** Given records follows **

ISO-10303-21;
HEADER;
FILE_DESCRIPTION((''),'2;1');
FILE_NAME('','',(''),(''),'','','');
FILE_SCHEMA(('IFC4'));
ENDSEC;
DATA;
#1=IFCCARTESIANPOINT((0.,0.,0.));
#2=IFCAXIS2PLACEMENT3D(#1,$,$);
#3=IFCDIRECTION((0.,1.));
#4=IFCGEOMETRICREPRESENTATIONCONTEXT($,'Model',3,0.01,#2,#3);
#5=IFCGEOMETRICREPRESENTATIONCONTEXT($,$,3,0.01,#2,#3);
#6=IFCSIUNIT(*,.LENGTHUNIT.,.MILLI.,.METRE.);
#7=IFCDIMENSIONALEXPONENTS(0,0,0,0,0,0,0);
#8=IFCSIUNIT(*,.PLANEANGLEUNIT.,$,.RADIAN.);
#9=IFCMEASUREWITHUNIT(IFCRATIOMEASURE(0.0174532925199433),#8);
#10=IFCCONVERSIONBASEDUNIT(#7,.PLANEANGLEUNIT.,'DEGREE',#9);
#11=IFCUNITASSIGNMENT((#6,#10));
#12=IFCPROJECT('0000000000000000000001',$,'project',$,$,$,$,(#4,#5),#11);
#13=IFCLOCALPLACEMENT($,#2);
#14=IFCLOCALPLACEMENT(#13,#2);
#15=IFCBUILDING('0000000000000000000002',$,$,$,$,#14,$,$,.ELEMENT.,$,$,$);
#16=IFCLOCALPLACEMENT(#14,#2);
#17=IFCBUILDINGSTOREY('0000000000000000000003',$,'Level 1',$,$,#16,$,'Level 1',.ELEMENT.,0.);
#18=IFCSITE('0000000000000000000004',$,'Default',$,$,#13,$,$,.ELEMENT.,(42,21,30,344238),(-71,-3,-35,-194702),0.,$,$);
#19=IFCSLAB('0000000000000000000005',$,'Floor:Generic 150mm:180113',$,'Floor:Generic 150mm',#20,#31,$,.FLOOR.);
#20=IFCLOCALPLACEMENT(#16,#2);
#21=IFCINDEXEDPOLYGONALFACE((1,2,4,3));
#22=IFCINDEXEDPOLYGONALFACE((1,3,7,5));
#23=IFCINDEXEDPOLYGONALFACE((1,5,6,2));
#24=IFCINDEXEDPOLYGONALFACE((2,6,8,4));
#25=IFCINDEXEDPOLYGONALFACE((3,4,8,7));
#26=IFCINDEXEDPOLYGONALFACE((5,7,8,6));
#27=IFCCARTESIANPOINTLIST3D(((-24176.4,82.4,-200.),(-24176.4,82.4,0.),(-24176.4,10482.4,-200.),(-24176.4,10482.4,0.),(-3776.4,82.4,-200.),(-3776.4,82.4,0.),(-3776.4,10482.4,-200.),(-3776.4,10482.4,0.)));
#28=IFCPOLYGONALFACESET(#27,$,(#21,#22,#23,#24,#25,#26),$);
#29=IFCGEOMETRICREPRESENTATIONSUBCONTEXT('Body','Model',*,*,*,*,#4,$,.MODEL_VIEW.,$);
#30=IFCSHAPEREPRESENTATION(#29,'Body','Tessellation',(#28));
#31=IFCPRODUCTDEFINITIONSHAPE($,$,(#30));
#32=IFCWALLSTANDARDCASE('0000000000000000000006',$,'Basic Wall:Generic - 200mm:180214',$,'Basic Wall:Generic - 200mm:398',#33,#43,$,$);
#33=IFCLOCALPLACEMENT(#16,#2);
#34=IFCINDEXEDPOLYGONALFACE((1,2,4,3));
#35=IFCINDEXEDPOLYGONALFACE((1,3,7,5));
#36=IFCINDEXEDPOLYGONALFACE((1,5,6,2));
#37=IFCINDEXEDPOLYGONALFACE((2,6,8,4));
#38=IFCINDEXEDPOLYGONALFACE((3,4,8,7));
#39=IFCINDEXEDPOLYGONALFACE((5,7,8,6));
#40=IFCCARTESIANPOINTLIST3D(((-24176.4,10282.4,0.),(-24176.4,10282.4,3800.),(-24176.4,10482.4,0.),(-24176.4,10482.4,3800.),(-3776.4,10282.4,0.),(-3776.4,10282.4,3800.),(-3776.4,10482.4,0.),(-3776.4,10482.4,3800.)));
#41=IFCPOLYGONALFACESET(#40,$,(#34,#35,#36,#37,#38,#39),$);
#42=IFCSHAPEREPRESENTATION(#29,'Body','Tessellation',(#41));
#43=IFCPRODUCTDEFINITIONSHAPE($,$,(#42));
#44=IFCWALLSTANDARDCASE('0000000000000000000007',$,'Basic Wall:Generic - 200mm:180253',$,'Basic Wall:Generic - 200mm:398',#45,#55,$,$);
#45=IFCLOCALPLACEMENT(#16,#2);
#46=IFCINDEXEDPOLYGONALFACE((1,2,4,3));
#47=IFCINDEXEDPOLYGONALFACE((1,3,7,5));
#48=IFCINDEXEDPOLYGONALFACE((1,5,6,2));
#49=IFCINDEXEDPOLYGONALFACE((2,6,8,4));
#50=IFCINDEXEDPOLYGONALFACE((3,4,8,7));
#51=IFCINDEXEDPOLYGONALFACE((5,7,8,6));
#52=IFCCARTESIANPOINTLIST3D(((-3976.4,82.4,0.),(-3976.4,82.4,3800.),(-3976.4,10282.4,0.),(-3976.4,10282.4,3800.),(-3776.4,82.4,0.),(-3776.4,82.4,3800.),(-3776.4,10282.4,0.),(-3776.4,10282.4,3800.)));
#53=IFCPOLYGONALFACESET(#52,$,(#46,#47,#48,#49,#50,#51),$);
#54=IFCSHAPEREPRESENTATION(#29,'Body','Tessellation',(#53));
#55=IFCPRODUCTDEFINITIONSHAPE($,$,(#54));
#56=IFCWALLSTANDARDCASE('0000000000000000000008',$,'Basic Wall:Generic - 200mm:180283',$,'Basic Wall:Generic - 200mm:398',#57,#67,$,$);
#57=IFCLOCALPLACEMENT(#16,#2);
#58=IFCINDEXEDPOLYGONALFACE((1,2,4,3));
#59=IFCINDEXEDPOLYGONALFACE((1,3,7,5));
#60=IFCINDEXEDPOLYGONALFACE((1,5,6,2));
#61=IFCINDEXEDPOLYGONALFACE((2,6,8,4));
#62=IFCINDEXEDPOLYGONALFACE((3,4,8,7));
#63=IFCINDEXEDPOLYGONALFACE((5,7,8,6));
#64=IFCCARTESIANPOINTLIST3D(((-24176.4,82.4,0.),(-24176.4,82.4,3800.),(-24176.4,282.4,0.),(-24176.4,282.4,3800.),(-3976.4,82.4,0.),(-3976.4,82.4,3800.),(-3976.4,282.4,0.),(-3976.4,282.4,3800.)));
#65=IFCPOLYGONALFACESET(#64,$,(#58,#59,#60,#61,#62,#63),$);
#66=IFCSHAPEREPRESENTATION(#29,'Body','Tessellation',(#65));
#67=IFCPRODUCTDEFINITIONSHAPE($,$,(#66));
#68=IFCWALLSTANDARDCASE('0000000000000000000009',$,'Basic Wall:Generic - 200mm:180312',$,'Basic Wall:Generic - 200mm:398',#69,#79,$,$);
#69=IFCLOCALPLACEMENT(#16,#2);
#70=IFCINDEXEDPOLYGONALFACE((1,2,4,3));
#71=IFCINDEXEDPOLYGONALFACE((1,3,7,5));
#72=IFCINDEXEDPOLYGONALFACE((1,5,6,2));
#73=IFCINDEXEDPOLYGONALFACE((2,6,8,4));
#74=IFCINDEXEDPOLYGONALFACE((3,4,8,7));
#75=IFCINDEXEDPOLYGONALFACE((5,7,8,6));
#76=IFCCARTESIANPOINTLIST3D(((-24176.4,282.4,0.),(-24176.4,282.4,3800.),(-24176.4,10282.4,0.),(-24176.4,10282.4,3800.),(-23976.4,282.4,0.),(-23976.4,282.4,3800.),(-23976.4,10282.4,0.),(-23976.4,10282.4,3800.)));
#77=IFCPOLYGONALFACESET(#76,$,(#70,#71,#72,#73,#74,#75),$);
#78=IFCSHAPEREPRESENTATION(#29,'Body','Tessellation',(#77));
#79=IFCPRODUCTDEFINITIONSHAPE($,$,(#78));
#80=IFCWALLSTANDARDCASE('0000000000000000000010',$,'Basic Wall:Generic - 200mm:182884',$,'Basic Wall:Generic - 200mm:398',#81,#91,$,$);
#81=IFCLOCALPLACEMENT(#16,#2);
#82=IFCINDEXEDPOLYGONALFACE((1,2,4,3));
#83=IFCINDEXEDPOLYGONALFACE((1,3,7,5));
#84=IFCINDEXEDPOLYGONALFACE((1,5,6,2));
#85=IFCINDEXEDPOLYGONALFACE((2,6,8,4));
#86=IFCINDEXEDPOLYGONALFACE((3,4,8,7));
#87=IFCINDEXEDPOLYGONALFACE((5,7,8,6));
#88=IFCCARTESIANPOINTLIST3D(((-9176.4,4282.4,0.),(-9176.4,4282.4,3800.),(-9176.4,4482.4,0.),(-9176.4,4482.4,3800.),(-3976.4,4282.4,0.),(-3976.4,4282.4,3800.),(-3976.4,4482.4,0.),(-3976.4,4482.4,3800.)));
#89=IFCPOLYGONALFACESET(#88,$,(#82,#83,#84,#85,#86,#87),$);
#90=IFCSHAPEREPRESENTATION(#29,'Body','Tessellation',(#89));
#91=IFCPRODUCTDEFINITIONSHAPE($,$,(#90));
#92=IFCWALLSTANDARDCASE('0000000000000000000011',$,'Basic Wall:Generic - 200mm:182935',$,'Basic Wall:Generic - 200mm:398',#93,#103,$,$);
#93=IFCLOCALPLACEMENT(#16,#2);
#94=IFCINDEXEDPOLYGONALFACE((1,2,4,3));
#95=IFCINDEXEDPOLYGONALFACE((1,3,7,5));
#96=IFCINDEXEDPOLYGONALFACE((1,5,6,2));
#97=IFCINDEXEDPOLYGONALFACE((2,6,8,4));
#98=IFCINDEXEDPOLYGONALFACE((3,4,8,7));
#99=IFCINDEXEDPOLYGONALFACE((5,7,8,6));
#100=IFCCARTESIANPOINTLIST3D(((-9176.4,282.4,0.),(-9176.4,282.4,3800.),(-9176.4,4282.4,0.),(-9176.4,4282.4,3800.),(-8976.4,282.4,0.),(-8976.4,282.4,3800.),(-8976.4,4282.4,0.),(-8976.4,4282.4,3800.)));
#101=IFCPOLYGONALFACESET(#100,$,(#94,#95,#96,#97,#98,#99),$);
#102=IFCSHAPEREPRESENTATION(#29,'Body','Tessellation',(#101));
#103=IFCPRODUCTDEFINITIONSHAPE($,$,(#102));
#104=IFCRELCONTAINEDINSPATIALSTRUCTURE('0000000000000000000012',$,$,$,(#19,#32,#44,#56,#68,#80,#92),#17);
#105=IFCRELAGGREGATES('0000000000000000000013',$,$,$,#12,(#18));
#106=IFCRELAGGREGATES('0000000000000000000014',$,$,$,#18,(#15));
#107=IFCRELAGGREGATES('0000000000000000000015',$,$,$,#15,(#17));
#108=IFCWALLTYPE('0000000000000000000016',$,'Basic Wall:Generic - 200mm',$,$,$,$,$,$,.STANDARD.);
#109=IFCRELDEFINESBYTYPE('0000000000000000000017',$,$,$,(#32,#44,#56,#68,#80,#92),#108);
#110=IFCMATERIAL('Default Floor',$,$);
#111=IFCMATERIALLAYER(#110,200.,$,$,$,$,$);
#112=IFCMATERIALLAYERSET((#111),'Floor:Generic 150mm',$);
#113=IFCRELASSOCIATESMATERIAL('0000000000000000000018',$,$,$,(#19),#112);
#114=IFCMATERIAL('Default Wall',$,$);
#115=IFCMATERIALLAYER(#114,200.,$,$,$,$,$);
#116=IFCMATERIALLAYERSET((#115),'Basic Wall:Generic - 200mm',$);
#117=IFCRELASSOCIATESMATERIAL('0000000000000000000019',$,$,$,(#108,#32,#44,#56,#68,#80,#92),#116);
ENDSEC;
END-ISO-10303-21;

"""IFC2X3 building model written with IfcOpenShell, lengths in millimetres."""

from ifc_helpers import new_model, entity, si_unit, converted_unit, direction, frame, frame_2d, origin, origin_2d_with_axis, place, context, subcontext, project, spatial, rectangle, extrude, material, layer, layer_set, layer_usage, type_object, element, save


model = new_model("IFC2X3")

# Units and contexts
model_context = context("Model", 3, precision=0.01, world=origin(), true_north=direction((0.0, 1.0)))
context_of_model = context(None, 3, precision=0.01, world=origin(), true_north=direction((0.0, 1.0)))
body_context = subcontext(model_context, "Body", "Model", "MODEL_VIEW")
ifc_project = project(units=[si_unit("LENGTHUNIT", "METRE", prefix="MILLI"), converted_unit("PLANEANGLEUNIT", "DEGREE", entity("IfcRatioMeasure", 0.0174532925199433), si_unit("PLANEANGLEUNIT", "RADIAN"), dimensions=[0, 0, 0, 0, 0, 0, 0])], contexts=[model_context, context_of_model])

# Site, building, storey
site_placement = place(None, origin())
site = spatial("IfcSite", under=ifc_project, at=site_placement, Name="Default", CompositionType="ELEMENT", RefLatitude=(42, 21, 30, 344238), RefLongitude=(-71, -3, -35, -194702), RefElevation=0.0)
building_placement = place(site_placement, origin())
building = spatial("IfcBuilding", under=site, at=building_placement, CompositionType="ELEMENT")
storey_placement = place(building_placement, origin())
storey = spatial("IfcBuildingStorey", under=building, at=storey_placement, Name="Level 1", LongName="Level 1", CompositionType="ELEMENT", Elevation=0.0)

# Slab
ifc_material_1 = material(Name="Default Floor")
ifc_layer_1 = layer(ifc_material_1, 200.0)
ifc_layer_set_1 = layer_set([ifc_layer_1], Name="Floor:Generic 150mm")
ifc_layer_usage_1 = layer_usage(ifc_layer_set_1, "AXIS3", "POSITIVE", 0.0)
slab_placement = place(storey_placement, origin())
element("IfcSlab", 1, at=slab_placement, inside=storey, material=ifc_layer_usage_1, Name="Floor:Generic 150mm:180113", ObjectType="Floor:Generic 150mm", PredefinedType="FLOOR", context=body_context, shape_type="SweptSolid", body=[
    extrude(rectangle(XDim=10400.0, YDim=20400.0, at=origin_2d_with_axis()), frame((-13976.4, 5282.4, 0.0), z_axis=(0.0, 0.0, -1.0), x_axis=(0.0, 1.0, 0.0)), (0.0, 0.0, 1.0), 200.0),
])

# Walls
ifc_material_2 = material(Name="Default Wall")
ifc_layer_2 = layer(ifc_material_2, 200.0)
ifc_layer_set_2 = layer_set([ifc_layer_2], Name="Basic Wall:Generic - 200mm")
ifc_layer_usage_2 = layer_usage(ifc_layer_set_2, "AXIS2", "NEGATIVE", 100.0)
wall_type = type_object("IfcWallType", Name="Basic Wall:Generic - 200mm", PredefinedType="STANDARD", material=ifc_layer_set_2)
wall_1_placement = place(storey_placement, frame((-24176.4, 10382.4, 0.0)))
element("IfcWallStandardCase", 2, at=wall_1_placement, inside=storey, type_object=wall_type, material=ifc_layer_usage_2, Name="Basic Wall:Generic - 200mm:180214", ObjectType="Basic Wall:Generic - 200mm:398", context=body_context, shape_type="SweptSolid", body=[
    extrude(rectangle(XDim=20400.0, YDim=200.0, at=frame_2d((10200.0, 0.0), x_axis=(-1.0, 0.0))), origin(), (0.0, 0.0, 1.0), 3800.0),
])
ifc_layer_usage_3 = layer_usage(ifc_layer_set_2, "AXIS2", "NEGATIVE", 100.0)
wall_2_placement = place(storey_placement, frame((-3876.4, 10282.4, 0.0), z_axis=(0.0, 0.0, 1.0), x_axis=(0.0, -1.0, 0.0)))
element("IfcWallStandardCase", 3, at=wall_2_placement, inside=storey, type_object=wall_type, material=ifc_layer_usage_3, Name="Basic Wall:Generic - 200mm:180253", ObjectType="Basic Wall:Generic - 200mm:398", context=body_context, shape_type="SweptSolid", body=[
    extrude(rectangle(XDim=10200.0, YDim=200.0, at=frame_2d((5100.0, 0.0), x_axis=(-1.0, 0.0))), origin(), (0.0, 0.0, 1.0), 3800.0),
])
ifc_layer_usage_4 = layer_usage(ifc_layer_set_2, "AXIS2", "NEGATIVE", 100.0)
wall_3_placement = place(storey_placement, frame((-3976.4, 182.4, 0.0), z_axis=(0.0, 0.0, 1.0), x_axis=(-1.0, 0.0, 0.0)))
element("IfcWallStandardCase", 4, at=wall_3_placement, inside=storey, type_object=wall_type, material=ifc_layer_usage_4, Name="Basic Wall:Generic - 200mm:180283", ObjectType="Basic Wall:Generic - 200mm:398", context=body_context, shape_type="SweptSolid", body=[
    extrude(rectangle(XDim=20200.0, YDim=200.0, at=frame_2d((10100.0, 0.0), x_axis=(-1.0, 0.0))), origin(), (0.0, 0.0, 1.0), 3800.0),
])
ifc_layer_usage_5 = layer_usage(ifc_layer_set_2, "AXIS2", "NEGATIVE", 100.0)
wall_4_placement = place(storey_placement, frame((-24076.4, 282.4, 0.0), z_axis=(0.0, 0.0, 1.0), x_axis=(0.0, 1.0, 0.0)))
element("IfcWallStandardCase", 5, at=wall_4_placement, inside=storey, type_object=wall_type, material=ifc_layer_usage_5, Name="Basic Wall:Generic - 200mm:180312", ObjectType="Basic Wall:Generic - 200mm:398", context=body_context, shape_type="SweptSolid", body=[
    extrude(rectangle(XDim=10000.0, YDim=200.0, at=frame_2d((5000.0, 0.0), x_axis=(-1.0, 0.0))), origin(), (0.0, 0.0, 1.0), 3800.0),
])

** End of Given records **

What you should do
Using the data above, reproduce exactly the lines from the line that contains "#1=IFCCARTESIANPOINT((0.,0.,0.));" through the line that contains "#5=IFCGEOMETRICREPRESENTATIONCONTEXT($,$,3,0.01,#2,#3);", including both.

Solution
#1=IFCCARTESIANPOINT((0.,0.,0.));
#2=IFCAXIS2PLACEMENT3D(#1,$,$);
#3=IFCDIRECTION((0.,1.));
#4=IFCGEOMETRICREPRESENTATIONCONTEXT($,'Model',3,0.01,#2,#3);
#5=IFCGEOMETRICREPRESENTATIONCONTEXT($,$,3,0.01,#2,#3);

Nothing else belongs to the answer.